### Exercise directions
From the records below, set down exactly the lines starting with the line that contains "#15=IFCCARTESIANPOINT((4320.,9050.,135.));" and going on through the line that contains "#23=IFCINDEXEDPOLYGONALFACE((5,7,8,6));". Nothing else is wanted.

Material supplied Block Start

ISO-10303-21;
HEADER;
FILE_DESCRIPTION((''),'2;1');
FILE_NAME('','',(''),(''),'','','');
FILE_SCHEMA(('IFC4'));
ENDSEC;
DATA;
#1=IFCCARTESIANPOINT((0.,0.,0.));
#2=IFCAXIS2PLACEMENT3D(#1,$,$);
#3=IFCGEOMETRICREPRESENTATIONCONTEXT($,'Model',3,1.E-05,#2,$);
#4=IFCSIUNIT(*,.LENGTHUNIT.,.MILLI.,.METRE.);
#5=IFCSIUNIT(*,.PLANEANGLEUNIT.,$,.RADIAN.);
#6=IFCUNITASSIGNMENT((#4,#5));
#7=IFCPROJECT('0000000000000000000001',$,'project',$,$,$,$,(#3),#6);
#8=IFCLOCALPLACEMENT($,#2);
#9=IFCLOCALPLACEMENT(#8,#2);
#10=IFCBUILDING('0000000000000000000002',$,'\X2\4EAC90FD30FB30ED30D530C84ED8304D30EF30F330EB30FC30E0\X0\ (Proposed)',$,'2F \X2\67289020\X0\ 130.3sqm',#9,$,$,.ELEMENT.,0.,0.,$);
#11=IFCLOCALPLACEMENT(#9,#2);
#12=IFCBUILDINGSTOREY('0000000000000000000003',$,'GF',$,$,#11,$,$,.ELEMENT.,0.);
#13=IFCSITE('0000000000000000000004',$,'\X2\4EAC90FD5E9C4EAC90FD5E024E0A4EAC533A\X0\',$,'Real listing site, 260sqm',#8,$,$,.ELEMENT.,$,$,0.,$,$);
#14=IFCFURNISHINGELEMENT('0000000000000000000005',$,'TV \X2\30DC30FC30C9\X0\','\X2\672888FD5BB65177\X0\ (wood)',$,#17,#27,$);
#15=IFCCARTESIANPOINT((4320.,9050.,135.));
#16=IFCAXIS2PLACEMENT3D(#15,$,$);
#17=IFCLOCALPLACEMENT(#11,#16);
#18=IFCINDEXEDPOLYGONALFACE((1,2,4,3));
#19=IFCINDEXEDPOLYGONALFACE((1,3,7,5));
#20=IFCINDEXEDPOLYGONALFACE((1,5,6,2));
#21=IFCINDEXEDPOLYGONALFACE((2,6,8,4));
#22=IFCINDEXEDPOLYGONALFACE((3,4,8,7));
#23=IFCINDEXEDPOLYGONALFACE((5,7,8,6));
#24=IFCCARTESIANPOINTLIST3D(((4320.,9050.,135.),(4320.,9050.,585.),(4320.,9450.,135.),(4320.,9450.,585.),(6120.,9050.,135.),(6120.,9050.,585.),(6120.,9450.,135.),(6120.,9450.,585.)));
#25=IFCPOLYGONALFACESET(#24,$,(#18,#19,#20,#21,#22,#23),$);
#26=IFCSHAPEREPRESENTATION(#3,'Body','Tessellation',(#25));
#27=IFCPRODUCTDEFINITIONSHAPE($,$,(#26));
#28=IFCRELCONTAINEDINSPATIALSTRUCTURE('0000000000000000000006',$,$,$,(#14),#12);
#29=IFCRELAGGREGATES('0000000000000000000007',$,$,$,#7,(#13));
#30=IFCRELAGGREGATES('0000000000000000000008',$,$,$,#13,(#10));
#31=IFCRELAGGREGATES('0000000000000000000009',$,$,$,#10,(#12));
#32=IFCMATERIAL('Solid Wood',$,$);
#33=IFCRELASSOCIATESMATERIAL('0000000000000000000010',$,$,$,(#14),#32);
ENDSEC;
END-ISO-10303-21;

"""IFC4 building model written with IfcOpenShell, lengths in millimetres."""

from ifc_helpers import new_model, si_unit, frame, frame_2d, origin, place, context, project, spatial, rectangle, extrude, material, element, save


model = new_model("IFC4")

# Units and contexts
model_context = context("Model", 3, precision=1e-05, world=origin())
ifc_project = project(units=[si_unit("LENGTHUNIT", "METRE", prefix="MILLI"), si_unit("PLANEANGLEUNIT", "RADIAN")], contexts=[model_context])

# Site, building, storey
site_placement = place(None, origin())
site = spatial("IfcSite", under=ifc_project, at=site_placement, Name="京都府京都市上京区", ObjectType="Real listing site, 260sqm", CompositionType="ELEMENT", RefElevation=0.0)
building_placement = place(site_placement, origin())
building = spatial("IfcBuilding", under=site, at=building_placement, Name="京都・ロフト付きワンルーム (Proposed)", ObjectType="2F 木造 130.3sqm", CompositionType="ELEMENT", ElevationOfRefHeight=0.0, ElevationOfTerrain=0.0)
storey_placement = place(building_placement, origin())
storey = spatial("IfcBuildingStorey", under=building, at=storey_placement, Name="GF", CompositionType="ELEMENT", Elevation=0.0)

# Shared definitions
ifc_material_1 = material(Name="Solid Wood")

# Furnishing element
furnishing_placement = place(storey_placement, frame((4320.0, 9050.0, 135.0)))
element("IfcFurnishingElement", 1, at=furnishing_placement, inside=storey, material=ifc_material_1, Name="TV ボード", Description="木製家具 (wood)", context=model_context, shape_type="SweptSolid", body=[
    extrude(rectangle(XDim=1800.0, YDim=400.0, at=frame_2d((900.0, 200.0))), frame((4320.0, 9050.0, 135.0)), (0.0, 0.0, 1.0), 450.0),
])

save(model, "model.ifc")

Material supplied Block End

### Response below
#15=IFCCARTESIANPOINT((4320.,9050.,135.));
#16=IFCAXIS2PLACEMENT3D(#15,$,$);
#17=IFCLOCALPLACEMENT(#11,#16);
#18=IFCINDEXEDPOLYGONALFACE((1,2,4,3));
#19=IFCINDEXEDPOLYGONALFACE((1,3,7,5));
#20=IFCINDEXEDPOLYGONALFACE((1,5,6,2));
#21=IFCINDEXEDPOLYGONALFACE((2,6,8,4));
#22=IFCINDEXEDPOLYGONALFACE((3,4,8,7));
#23=IFCINDEXEDPOLYGONALFACE((5,7,8,6));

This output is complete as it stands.